In their desperation, Houston now turned to scientists at Monsanto. The scientists had created the world’s first artificial turf, which they called ChemGrass. Not enough ChemGrass existed to cover a whole baseball diamond, but Houston bought as much as was available. From then on, the product was dubbed AstroTurf. It’s still called that now, even though the Astrodome is no longer in operation.
The name origin hits weirder if we extend the timeline a little. Today, we don’t primarily associate the word “astroturf” with sports at all. We talk of astroturfing, which is the process of a political actor creating a movement that presents itself as natural (“grassroots”) but isn’t.
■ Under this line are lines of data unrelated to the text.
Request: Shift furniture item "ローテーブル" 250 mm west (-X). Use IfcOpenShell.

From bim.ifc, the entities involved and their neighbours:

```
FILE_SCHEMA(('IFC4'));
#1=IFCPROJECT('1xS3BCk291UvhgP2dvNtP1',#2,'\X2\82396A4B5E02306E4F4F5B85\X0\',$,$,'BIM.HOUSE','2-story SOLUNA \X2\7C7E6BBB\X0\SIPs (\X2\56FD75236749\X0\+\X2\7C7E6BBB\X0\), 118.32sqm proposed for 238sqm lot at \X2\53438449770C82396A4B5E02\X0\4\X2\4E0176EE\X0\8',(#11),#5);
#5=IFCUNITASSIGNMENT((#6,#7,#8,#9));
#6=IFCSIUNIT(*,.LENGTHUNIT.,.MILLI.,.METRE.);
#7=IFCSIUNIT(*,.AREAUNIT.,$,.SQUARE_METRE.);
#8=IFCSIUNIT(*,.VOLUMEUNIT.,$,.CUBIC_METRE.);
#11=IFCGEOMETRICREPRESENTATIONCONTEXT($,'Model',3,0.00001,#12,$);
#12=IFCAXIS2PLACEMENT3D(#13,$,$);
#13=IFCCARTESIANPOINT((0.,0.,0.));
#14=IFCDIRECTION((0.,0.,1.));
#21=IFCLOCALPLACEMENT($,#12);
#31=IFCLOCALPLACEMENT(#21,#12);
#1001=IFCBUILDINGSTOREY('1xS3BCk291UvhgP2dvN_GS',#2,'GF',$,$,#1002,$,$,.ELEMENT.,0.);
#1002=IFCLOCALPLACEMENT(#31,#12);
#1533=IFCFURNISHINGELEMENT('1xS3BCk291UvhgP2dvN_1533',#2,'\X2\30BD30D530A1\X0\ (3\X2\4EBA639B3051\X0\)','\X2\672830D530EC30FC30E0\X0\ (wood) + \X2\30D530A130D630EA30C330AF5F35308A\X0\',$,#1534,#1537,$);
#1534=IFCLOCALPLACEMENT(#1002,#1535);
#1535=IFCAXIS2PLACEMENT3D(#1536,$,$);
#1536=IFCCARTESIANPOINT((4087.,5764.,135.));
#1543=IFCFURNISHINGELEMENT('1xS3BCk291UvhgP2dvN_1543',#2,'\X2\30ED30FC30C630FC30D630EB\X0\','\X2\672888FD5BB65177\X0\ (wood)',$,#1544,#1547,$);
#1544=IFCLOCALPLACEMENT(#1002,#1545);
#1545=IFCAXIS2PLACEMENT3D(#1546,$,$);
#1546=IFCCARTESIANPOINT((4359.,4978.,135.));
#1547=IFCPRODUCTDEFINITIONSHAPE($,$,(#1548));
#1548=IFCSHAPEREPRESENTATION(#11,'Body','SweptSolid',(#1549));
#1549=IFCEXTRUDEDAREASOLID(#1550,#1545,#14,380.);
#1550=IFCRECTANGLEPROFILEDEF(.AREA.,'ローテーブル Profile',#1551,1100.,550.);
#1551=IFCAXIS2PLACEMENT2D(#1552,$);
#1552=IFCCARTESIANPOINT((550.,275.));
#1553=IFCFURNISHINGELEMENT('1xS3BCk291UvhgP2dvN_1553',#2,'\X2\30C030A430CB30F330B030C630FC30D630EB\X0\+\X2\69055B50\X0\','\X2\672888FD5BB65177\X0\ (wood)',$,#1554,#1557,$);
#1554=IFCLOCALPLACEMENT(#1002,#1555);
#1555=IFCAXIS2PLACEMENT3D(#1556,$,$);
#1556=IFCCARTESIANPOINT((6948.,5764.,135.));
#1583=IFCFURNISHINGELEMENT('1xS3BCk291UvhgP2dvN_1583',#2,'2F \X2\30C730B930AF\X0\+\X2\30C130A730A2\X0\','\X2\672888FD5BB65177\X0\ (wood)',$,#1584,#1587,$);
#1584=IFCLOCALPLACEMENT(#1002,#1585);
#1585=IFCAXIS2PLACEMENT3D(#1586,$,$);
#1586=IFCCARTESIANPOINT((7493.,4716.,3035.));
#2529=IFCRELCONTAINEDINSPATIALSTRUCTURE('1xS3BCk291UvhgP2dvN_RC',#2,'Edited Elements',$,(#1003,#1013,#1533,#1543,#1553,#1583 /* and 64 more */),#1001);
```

```python
import ifcopenshell
import ifcopenshell.api.geometry
import ifcopenshell.util.placement

model = ifcopenshell.open("bim.ifc")

item = model.by_guid("1xS3BCk291UvhgP2dvN_1543")
matrix = ifcopenshell.util.placement.get_local_placement(item.ObjectPlacement)
matrix[0, 3] -= 250.0
ifcopenshell.api.geometry.edit_object_placement(model, product=item, matrix=matrix, is_si=False)

print(ifcopenshell.util.placement.get_local_placement(item.ObjectPlacement).round(3) + 0.0)

model.write("bim_rev.ifc")
```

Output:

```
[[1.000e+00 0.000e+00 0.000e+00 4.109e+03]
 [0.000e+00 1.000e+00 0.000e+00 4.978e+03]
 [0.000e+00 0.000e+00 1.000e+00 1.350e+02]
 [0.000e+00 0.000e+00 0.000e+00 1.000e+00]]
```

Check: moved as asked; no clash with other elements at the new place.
Let’s also extend the timeline in the other direction. AstroTurf is named for the Astrodome. But why was the Astrodome called that? It was named for the Houston Astros, of course — who now play in Minute Maid Park, on real grass. And why were the Astros named that? They were named (following a brief stint as the Colt .45s) for the concept of astronauts, since Houston was home to Mission Control, the place we now call the Johnson Space Center.
And why is Houston home to the Johnson Space Center? You might hear a lot of reasons Houston is a good spot for such a facility, but the ultimate reason is that NASA’s budget was decided by the House Appropriations subcommittee, and their chair was Albert Thomas, the Congressman from the Houston area. So, when you hear “astroturfing,” you think “shady political maneuvering.” When you really dig into the history of the term, however, it actually means... shady political maneuvering.